Metal specificities and catalytic activities of the two superoxide dismutases of Staphylococcus aureus

Abstract

The superoxide dismutase (SOD) metalloenzymes play a major role in the cellular oxidative stress defence systems of microorganisms including that of an important pathogenic bacterium Staphylococcus aureus. Staphylococcus aureus, unlike other staphylococci, possesses two isozymes of the Fe/Mn-dependent SOD superfamily, designated SodA and SodM, both of which are predicted to utilise manganese as their essential metal cofactor. The two SODs are critical for the resistance to reactive oxygen species (ROS) and contribute to the pathogenicity of S. aureus. The immune system can utilise a Mn-restriction as one of its defence mechanism against pathogens, suggesting a possibility that one of the S. aureus SODs can use another metal in order to overcome this host-imposed Mn-starvation. To clarify the metal requirements of the two S. aureus SODs, the recombinant Fe- and Mnmetalated isoforms of S. aureus SodA and SodM were produced. All four forms were characterised as catalytically active, regardless of utilised metal. The relative activity analysis showed that SodA exhibits a strong metal preference of Mn over Fe, whereas SodM presented highly cambialistic properties, i.e. it was equally active with either Mn or Fe. Crystal structures of all four forms of the S. aureus SOD proteins were solved and showed a high level of identity.
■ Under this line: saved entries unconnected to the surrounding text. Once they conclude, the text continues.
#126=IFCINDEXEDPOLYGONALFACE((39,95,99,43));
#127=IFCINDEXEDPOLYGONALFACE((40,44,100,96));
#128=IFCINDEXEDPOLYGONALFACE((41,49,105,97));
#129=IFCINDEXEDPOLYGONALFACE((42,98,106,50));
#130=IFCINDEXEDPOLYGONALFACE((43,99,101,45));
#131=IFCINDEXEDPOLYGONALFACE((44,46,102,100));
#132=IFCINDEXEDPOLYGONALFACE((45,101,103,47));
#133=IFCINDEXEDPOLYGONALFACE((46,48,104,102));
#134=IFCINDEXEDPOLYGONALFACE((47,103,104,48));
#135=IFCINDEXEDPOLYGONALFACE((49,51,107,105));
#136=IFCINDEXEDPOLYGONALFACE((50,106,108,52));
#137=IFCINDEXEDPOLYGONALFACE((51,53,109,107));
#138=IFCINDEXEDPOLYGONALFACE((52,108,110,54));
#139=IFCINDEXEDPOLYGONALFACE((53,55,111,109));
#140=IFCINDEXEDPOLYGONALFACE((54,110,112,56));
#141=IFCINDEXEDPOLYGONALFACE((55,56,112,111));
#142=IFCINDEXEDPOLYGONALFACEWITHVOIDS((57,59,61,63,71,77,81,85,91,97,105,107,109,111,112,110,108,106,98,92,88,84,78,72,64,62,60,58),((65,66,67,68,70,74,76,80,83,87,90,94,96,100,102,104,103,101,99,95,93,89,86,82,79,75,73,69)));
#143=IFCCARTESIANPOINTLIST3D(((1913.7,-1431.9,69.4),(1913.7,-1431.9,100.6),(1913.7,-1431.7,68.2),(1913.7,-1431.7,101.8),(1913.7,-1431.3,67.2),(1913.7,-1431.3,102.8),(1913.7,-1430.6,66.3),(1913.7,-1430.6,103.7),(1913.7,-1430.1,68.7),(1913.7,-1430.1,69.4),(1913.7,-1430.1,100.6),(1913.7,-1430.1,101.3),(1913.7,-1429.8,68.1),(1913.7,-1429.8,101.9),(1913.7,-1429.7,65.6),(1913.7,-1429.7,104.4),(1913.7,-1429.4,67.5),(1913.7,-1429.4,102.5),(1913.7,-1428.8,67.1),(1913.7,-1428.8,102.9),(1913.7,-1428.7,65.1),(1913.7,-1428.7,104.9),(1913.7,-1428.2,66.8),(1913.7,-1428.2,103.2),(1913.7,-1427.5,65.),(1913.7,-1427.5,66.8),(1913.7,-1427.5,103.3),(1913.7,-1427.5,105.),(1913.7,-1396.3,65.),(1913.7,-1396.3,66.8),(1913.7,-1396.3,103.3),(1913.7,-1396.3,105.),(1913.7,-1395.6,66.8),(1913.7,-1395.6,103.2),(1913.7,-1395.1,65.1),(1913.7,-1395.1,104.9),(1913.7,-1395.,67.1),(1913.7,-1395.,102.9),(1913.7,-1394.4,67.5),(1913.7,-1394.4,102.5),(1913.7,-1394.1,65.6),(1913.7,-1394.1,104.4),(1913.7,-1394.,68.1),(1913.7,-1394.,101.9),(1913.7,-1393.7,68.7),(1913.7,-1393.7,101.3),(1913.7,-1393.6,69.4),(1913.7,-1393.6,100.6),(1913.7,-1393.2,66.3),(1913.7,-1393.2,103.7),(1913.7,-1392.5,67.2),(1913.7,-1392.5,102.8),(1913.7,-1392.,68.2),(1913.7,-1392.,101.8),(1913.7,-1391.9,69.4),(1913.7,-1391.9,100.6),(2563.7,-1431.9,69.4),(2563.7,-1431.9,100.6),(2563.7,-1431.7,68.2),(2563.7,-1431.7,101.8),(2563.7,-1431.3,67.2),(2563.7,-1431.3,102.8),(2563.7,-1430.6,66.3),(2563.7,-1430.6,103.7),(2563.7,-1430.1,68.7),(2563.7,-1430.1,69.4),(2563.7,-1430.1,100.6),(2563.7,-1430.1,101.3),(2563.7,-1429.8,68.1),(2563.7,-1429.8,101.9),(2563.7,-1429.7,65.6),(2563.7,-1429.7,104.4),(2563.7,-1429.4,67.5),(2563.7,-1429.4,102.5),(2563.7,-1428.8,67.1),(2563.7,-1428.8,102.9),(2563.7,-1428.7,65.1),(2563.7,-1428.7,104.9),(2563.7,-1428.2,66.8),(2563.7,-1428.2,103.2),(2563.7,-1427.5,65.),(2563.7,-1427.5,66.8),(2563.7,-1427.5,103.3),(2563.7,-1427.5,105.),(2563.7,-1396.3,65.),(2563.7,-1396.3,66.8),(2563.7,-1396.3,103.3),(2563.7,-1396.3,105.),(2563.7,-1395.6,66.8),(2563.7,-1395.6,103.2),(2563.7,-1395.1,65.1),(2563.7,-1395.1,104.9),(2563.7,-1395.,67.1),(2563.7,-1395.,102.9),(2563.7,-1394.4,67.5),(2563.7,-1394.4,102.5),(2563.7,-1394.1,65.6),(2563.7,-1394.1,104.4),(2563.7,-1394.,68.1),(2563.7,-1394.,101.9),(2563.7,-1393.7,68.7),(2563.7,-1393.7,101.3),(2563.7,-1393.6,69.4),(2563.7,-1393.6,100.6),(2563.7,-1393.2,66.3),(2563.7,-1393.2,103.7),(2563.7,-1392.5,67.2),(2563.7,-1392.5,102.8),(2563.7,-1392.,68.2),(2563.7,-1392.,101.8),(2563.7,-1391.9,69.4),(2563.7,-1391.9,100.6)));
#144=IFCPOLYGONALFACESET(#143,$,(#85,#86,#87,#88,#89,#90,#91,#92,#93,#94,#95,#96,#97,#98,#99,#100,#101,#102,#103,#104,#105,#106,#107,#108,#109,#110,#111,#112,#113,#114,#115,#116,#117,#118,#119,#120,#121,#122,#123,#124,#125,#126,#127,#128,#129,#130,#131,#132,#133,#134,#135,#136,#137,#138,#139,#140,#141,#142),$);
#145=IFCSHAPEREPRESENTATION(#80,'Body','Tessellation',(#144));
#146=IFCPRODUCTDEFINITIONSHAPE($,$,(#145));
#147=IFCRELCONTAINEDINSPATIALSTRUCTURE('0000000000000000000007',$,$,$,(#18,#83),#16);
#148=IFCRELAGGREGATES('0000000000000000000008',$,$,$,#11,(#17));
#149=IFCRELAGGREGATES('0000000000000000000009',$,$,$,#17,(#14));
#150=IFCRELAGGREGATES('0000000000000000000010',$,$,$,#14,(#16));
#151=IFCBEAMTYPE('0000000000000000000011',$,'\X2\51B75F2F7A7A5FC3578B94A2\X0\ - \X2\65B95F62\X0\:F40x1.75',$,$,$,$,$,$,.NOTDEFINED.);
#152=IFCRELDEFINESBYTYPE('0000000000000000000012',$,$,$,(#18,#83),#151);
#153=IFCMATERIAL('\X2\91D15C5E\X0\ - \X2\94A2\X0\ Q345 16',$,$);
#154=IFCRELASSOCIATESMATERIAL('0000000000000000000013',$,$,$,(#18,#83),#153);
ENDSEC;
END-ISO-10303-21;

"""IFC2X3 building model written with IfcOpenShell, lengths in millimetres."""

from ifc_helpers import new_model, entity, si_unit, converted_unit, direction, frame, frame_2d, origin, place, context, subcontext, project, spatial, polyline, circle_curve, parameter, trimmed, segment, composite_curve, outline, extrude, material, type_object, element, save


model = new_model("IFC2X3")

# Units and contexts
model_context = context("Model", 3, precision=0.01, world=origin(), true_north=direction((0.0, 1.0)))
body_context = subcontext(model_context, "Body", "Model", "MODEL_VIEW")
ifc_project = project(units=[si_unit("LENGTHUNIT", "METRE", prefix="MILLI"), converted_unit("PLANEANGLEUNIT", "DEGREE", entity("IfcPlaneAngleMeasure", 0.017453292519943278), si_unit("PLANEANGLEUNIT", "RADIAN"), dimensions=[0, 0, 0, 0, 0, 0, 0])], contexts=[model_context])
Structure-based mutagenesis led to the successful swapping of catalytic properties between the two proteins, yielding a Mn-specific SodM and a cambialistic SodA, with no significant change to an overall enzyme architecture. HF-EPR analysis gave insight into the mechanism of metal-specific catalysis of the two enzymes. Phylogenetic analyses suggested the cambialistic SodM originated from a gene duplication of a single, likely Mn-specific SOD, in the common ancestor of all analysed S. aureus isolates. The evolution of SodM to work with both metals could have provided an important adaptation for resisting manganese-starvation during infection. Characterisation of SodM purified directly from S. aureus, as well as studies in an animal model of infection, provided evidence consistent with the hypothesis that the cambialistic SodM contributes to resisting host-imposed metal starvation during S. aureus infection.